Machine translation transformer output - "unknown" tokens?

981 Views Asked by At

When decoding / translating a test dataset after training on the base Transformer model (Vaswani et. al.), I sometimes see this token "unk" in the ouput.

"unk" here refers to an unknown token, but my question is what is the reasoning behind that? Based on https://nlp.stanford.edu/pubs/acl15_nmt.pdf, does it mean that the vocab I built for the training set does not contain the word present in the test set?

For reference, I built the Vocab using Spacy en_core_web_sm and de_core_news_sm for a German to English translation task.

Example output:

ground truth = ['a', 'girl', 'in', 'a', 'jean', 'dress', 'is', 'walking', 'along', 'a', 'raised', 'balance', 'beam', '.']

predicted = ['a', 'girl', 'in', 'a', '<unk>', 'costume', 'is', 'jumping', 'on', 'a', 'clothesline', '.', '<eos>']

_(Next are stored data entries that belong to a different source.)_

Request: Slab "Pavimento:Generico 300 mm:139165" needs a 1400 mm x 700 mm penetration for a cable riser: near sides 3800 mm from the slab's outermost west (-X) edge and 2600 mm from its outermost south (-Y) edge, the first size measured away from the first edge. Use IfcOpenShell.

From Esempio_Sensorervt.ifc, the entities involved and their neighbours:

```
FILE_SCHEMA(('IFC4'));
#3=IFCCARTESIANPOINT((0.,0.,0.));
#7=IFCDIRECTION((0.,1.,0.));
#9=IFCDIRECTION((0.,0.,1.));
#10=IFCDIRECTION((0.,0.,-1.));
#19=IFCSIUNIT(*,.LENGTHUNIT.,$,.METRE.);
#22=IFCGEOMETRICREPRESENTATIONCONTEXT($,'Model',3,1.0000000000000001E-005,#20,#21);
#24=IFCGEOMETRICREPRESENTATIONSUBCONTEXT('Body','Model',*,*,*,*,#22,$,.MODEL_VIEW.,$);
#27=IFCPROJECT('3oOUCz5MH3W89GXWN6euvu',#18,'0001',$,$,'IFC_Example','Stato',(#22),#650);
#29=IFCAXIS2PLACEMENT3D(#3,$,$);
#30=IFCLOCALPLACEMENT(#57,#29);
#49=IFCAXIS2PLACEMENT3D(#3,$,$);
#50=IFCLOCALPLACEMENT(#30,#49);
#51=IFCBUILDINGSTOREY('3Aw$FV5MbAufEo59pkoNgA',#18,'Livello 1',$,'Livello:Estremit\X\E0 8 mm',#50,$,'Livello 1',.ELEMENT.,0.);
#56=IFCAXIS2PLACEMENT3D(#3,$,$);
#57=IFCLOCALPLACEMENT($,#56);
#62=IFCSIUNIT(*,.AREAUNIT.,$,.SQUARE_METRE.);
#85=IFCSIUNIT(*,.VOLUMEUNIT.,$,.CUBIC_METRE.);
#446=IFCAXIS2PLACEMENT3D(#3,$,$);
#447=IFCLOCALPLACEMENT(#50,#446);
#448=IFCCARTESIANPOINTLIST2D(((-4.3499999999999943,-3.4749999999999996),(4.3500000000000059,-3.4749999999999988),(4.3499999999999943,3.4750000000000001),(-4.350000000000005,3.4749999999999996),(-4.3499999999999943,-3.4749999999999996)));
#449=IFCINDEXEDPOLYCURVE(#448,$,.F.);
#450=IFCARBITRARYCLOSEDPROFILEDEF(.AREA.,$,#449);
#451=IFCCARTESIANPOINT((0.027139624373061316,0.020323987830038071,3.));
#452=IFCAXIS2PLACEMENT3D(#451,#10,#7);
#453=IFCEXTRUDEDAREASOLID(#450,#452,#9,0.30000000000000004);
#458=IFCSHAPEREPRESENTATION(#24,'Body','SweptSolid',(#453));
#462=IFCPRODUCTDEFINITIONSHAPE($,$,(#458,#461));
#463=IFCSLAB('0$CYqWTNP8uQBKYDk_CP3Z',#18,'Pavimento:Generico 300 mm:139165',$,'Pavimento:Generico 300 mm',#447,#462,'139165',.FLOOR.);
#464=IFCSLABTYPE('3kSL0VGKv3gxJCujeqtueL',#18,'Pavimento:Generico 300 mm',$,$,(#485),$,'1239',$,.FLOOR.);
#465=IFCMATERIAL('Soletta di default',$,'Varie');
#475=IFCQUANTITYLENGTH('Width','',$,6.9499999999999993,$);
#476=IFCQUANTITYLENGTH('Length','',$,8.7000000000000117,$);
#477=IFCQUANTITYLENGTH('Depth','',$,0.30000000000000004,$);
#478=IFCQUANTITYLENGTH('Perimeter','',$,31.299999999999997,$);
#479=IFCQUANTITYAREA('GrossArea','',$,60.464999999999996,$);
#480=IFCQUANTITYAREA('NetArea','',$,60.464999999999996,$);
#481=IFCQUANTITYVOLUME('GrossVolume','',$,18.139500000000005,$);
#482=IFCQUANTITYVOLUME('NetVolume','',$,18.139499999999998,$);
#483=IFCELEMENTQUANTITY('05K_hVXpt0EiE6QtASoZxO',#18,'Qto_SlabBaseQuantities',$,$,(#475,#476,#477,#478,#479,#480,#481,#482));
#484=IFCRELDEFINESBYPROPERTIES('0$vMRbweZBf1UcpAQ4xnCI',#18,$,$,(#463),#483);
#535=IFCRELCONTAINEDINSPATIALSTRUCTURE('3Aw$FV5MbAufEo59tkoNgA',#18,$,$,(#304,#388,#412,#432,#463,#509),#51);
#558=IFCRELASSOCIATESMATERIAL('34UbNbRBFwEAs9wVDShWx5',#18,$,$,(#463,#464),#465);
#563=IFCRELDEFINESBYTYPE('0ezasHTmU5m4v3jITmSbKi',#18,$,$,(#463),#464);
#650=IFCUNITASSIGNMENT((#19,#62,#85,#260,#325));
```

```python
import numpy as np
import ifcopenshell
import ifcopenshell.api.feature
import ifcopenshell.api.geometry
import ifcopenshell.api.pset
import ifcopenshell.api.root
import ifcopenshell.geom
import ifcopenshell.util.element
import ifcopenshell.util.placement
import ifcopenshell.util.representation
import ifcopenshell.util.shape
import ifcopenshell.util.unit

model = ifcopenshell.open("Esempio_Sensorervt.ifc")
unit_scale = ifcopenshell.util.unit.calculate_unit_scale(model)
area_scale = ifcopenshell.util.unit.calculate_unit_scale(model, "AREAUNIT")
volume_scale = ifcopenshell.util.unit.calculate_unit_scale(model, "VOLUMEUNIT")
settings = ifcopenshell.geom.settings()


def volume(element):
    """Net volume in cubic metres, openings subtracted."""
    shape = ifcopenshell.geom.create_shape(settings, element)
    return ifcopenshell.util.shape.get_volume(shape.geometry)


slab = model.by_id(463)
before = volume(slab)

# Extent in the slab's own axes, in metres. The edges named are its -X and -Y sides.
slab_shape = ifcopenshell.geom.create_shape(settings, slab)
vertices = ifcopenshell.util.shape.get_vertices(slab_shape.geometry)
x_min, y_min, bottom = vertices.min(axis=0)
top = vertices[:, 2].max()

opening = ifcopenshell.api.root.create_entity(model, ifc_class="IfcOpeningElement", name="Cable riser opening", predefined_type="OPENING")
context = ifcopenshell.util.representation.get_context(model, "Model", "Body", "MODEL_VIEW")
width, depth = 1.4, 0.7
outline = [(0.0, 0.0), (width, 0.0), (width, depth), (0.0, depth), (0.0, 0.0)]
# Overshoot both faces by 50 mm so the cut is clean.
shape = ifcopenshell.api.geometry.add_slab_representation(
    model, context=context, depth=top - bottom + 0.1, polyline=outline
)
ifcopenshell.api.geometry.assign_representation(model, product=opening, representation=shape)

matrix = ifcopenshell.util.placement.get_local_placement(slab.ObjectPlacement)
matrix[:, 3] = matrix @ np.append(np.array([x_min + 3.8, y_min + 2.6, bottom - 0.05]) / unit_scale, 1.0)
ifcopenshell.api.geometry.edit_object_placement(model, product=opening, matrix=matrix, is_si=False)
ifcopenshell.api.feature.add_feature(model, feature=opening, element=slab)

after = volume(slab)

# Update the slab's stored quantities.
qto = model.by_id(ifcopenshell.util.element.get_pset(slab, "Qto_SlabBaseQuantities", should_inherit=False)["id"])
ifcopenshell.api.pset.edit_qto(model, qto=qto, properties={
    "NetArea": after / (top - bottom) / area_scale,
    "NetVolume": after / volume_scale,
})

print(f"slab volume {before:.3f} -> {after:.3f} m3")

model.write("Esempio_Sensorervt_updated.ifc")
```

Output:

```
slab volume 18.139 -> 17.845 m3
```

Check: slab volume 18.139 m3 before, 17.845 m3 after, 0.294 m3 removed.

As you can see, the jean is "unk" here.

1

There are 1 best solutions below

1
On BEST ANSWER

Neural machine translation models have a limited vocabulary. The reason is that you get the distribution over the target vocabulary tokens by multiplying the hidden state of the encoder by a matrix that has one row for each vocabulary token. The paper that you mention uses hidden state of 1000 dimensions. If you wanted to cover English reasonably, you would need a vocabulary of at least 200k tokens, which would mean 800MB only for this matrix.

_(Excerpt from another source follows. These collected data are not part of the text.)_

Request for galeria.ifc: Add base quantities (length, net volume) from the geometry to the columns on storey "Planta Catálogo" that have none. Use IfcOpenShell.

First a look at what the model holds.

```python
import ifcopenshell
import ifcopenshell.util.element
import ifcopenshell.util.unit

model = ifcopenshell.open("galeria.ifc")
print(model.schema)
for unit_type in ("LENGTHUNIT", "AREAUNIT", "VOLUMEUNIT"):
    print(unit_type, ifcopenshell.util.unit.calculate_unit_scale(model, unit_type))
storey = next(s for s in model.by_type("IfcBuildingStorey") if s.Name == "Planta Catálogo")
columns = [e for e in ifcopenshell.util.element.get_decomposition(storey) if e.is_a("IfcColumn")]
for e in sorted(columns, key=lambda e: e.id()):
    print(e.id(), e.is_a(), e.Name, list(ifcopenshell.util.element.get_psets(e, qtos_only=True)), sep=" | ")
```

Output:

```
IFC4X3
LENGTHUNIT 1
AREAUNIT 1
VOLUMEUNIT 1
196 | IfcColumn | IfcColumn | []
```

```python
import ifcopenshell
import ifcopenshell.api.pset
import ifcopenshell.geom
import ifcopenshell.util.element
import ifcopenshell.util.shape
import ifcopenshell.util.unit

model = ifcopenshell.open("galeria.ifc")
unit_scale = ifcopenshell.util.unit.calculate_unit_scale(model)
volume_scale = ifcopenshell.util.unit.calculate_unit_scale(model, "VOLUMEUNIT")
settings = ifcopenshell.geom.settings()

storey = next(s for s in model.by_type("IfcBuildingStorey") if s.Name == "Planta Catálogo")
columns = [e for e in ifcopenshell.util.element.get_decomposition(storey) if e.is_a("IfcColumn")]

for e in sorted(columns, key=lambda e: e.id()):
    if ifcopenshell.util.element.get_psets(e, qtos_only=True, should_inherit=False):
        continue
    # Geometry comes back in metres, in the element's own axes.
    shape = ifcopenshell.geom.create_shape(settings, e)
    values = {
        "Length": ifcopenshell.util.shape.get_z(shape.geometry) / unit_scale,
        "NetVolume": ifcopenshell.util.shape.get_volume(shape.geometry) / volume_scale,
    }
    qto = ifcopenshell.api.pset.add_qto(model, product=e, name="Qto_ColumnBaseQuantities")
    ifcopenshell.api.pset.edit_qto(model, qto=qto, properties=values)
    print(e.id(), {k: round(v, 3) for k, v in values.items()})

model.write("galeria_updated.ifc")
```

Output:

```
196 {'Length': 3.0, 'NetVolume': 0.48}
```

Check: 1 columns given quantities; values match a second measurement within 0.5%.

The paper that you mention is an outdated solution from 2015 and tries to find how to have the vocabulary as big as possible. However, increasing the vocabulary capacity did not appear to be the best solution because, with increasing vocabulary size, you add rarer and rarer words into the vocabulary and there is less and less training signal for embeddings of these words, so the model eventually does not learn to use those words properly.

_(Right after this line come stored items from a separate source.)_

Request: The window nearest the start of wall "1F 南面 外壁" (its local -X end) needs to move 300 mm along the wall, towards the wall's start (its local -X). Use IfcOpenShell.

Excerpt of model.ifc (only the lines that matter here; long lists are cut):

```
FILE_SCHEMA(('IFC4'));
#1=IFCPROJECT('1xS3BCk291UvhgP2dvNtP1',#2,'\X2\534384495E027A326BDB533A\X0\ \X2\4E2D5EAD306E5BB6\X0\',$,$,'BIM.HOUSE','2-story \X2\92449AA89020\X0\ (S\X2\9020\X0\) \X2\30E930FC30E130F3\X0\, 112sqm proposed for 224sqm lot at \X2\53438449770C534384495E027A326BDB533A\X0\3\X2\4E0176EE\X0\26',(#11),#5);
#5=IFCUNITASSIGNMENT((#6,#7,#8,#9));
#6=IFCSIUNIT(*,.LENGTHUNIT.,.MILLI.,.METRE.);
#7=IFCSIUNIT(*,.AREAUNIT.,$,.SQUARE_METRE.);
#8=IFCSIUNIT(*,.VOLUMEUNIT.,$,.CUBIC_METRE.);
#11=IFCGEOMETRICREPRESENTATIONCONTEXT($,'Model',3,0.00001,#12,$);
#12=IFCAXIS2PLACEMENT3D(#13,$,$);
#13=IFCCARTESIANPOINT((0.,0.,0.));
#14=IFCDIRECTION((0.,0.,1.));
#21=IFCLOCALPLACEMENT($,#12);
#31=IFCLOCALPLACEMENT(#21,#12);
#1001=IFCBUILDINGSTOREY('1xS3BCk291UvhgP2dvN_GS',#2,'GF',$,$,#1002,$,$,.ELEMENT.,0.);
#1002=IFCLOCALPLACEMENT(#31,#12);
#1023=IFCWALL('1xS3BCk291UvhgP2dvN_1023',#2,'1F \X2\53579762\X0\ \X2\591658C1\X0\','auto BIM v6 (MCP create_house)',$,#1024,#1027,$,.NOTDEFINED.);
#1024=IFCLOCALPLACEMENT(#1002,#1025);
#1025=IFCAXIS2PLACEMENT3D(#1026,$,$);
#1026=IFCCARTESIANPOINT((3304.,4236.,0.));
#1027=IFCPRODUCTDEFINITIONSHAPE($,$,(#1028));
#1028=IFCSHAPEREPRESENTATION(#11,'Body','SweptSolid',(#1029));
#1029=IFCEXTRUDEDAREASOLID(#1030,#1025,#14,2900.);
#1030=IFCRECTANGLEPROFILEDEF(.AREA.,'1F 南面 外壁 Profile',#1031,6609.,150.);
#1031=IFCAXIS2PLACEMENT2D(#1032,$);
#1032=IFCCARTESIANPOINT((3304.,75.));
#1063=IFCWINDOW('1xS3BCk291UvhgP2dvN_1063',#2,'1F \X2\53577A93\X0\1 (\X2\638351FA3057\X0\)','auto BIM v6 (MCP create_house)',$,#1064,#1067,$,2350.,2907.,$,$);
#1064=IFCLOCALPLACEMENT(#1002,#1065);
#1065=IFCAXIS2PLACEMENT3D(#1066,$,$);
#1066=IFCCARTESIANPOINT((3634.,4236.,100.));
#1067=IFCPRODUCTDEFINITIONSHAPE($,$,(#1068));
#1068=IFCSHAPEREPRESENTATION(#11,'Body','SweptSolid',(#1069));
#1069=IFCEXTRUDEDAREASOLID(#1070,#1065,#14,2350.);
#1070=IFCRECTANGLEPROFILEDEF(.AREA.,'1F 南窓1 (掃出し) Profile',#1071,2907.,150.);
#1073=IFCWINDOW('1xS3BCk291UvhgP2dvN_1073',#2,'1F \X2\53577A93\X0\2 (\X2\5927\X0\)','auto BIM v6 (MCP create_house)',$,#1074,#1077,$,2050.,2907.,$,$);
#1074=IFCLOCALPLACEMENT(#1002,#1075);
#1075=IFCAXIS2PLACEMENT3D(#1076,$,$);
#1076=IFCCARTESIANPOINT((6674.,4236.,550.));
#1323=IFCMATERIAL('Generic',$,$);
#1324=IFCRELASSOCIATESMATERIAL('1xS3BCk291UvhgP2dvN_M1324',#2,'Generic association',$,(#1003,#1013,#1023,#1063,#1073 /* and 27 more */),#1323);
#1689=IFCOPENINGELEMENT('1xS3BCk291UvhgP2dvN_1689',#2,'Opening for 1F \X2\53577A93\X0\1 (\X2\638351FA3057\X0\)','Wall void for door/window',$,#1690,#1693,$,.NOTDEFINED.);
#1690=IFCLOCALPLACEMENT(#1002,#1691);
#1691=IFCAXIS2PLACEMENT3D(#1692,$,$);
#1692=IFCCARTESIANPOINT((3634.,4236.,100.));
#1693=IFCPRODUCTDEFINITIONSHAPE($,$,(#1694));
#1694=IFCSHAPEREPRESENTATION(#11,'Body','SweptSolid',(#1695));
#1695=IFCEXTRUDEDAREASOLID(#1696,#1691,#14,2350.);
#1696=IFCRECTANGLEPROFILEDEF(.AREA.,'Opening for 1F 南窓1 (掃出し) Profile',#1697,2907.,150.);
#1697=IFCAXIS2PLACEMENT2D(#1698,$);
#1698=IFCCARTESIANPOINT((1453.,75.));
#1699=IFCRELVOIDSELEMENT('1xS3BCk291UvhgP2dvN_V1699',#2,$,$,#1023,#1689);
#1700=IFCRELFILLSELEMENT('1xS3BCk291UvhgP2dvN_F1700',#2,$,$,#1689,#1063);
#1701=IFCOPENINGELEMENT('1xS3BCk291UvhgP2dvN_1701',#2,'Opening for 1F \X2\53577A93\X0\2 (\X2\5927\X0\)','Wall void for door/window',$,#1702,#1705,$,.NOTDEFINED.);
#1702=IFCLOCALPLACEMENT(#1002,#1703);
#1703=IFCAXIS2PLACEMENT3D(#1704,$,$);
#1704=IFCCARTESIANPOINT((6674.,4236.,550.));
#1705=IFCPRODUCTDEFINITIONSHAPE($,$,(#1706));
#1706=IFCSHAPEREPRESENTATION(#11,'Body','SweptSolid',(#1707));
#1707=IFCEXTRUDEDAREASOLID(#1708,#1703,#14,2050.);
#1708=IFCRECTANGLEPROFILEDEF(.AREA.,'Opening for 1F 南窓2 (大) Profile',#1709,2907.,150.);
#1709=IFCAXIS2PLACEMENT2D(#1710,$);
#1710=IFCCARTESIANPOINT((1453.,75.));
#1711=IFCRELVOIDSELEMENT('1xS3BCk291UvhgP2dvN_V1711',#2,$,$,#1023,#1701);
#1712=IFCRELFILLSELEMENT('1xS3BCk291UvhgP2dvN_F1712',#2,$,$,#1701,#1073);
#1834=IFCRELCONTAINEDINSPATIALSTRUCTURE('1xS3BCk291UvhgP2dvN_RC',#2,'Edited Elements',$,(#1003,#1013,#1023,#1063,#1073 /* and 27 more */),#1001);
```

```python
import ifcopenshell
import ifcopenshell.api.geometry
import ifcopenshell.util.placement
import ifcopenshell.util.unit

model = ifcopenshell.open("model.ifc")
unit_scale = ifcopenshell.util.unit.calculate_unit_scale(model)

window = model.by_guid("1xS3BCk291UvhgP2dvN_1063")
opening = window.FillsVoids[0].RelatingOpeningElement
wall = opening.VoidsElements[0].RelatingBuildingElement

wall_matrix = ifcopenshell.util.placement.get_local_placement(wall.ObjectPlacement)
shift = wall_matrix[:3, 0] * -0.3 / unit_scale
before = ifcopenshell.util.placement.get_local_placement(window.ObjectPlacement)[:3, 3].copy()

# The window is not placed relative to its opening, so move both.
for product in (opening, window):
    matrix = ifcopenshell.util.placement.get_local_placement(product.ObjectPlacement)
    matrix[:3, 3] += shift
    ifcopenshell.api.geometry.edit_object_placement(model, product=product, matrix=matrix, is_si=False)

after = ifcopenshell.util.placement.get_local_placement(window.ObjectPlacement)[:3, 3]
print("window moved by", (after - before).round(3) + 0.0)

model.write("model_updated.ifc")
```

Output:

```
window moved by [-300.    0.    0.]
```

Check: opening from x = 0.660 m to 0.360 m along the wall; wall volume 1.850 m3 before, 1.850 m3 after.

State-of-the art machine translation uses a segmentation into subwords that was introduced in 2016 with the BPE algorithm. In parallel, Google came with an alternative solution named WordPiece for their first production neural machine translation system. Later, Google came with an improved segmentation algorithm SentencePiece in 2018.

The main principle of the subword vocabulary is that the frequent words remain intact, whereas rarer words get segmented into smaller units. Rare words are often proper names that do not really get translated. For languages with complex morphology, subword segmentation allows the models to learn how to create different forms of the same words.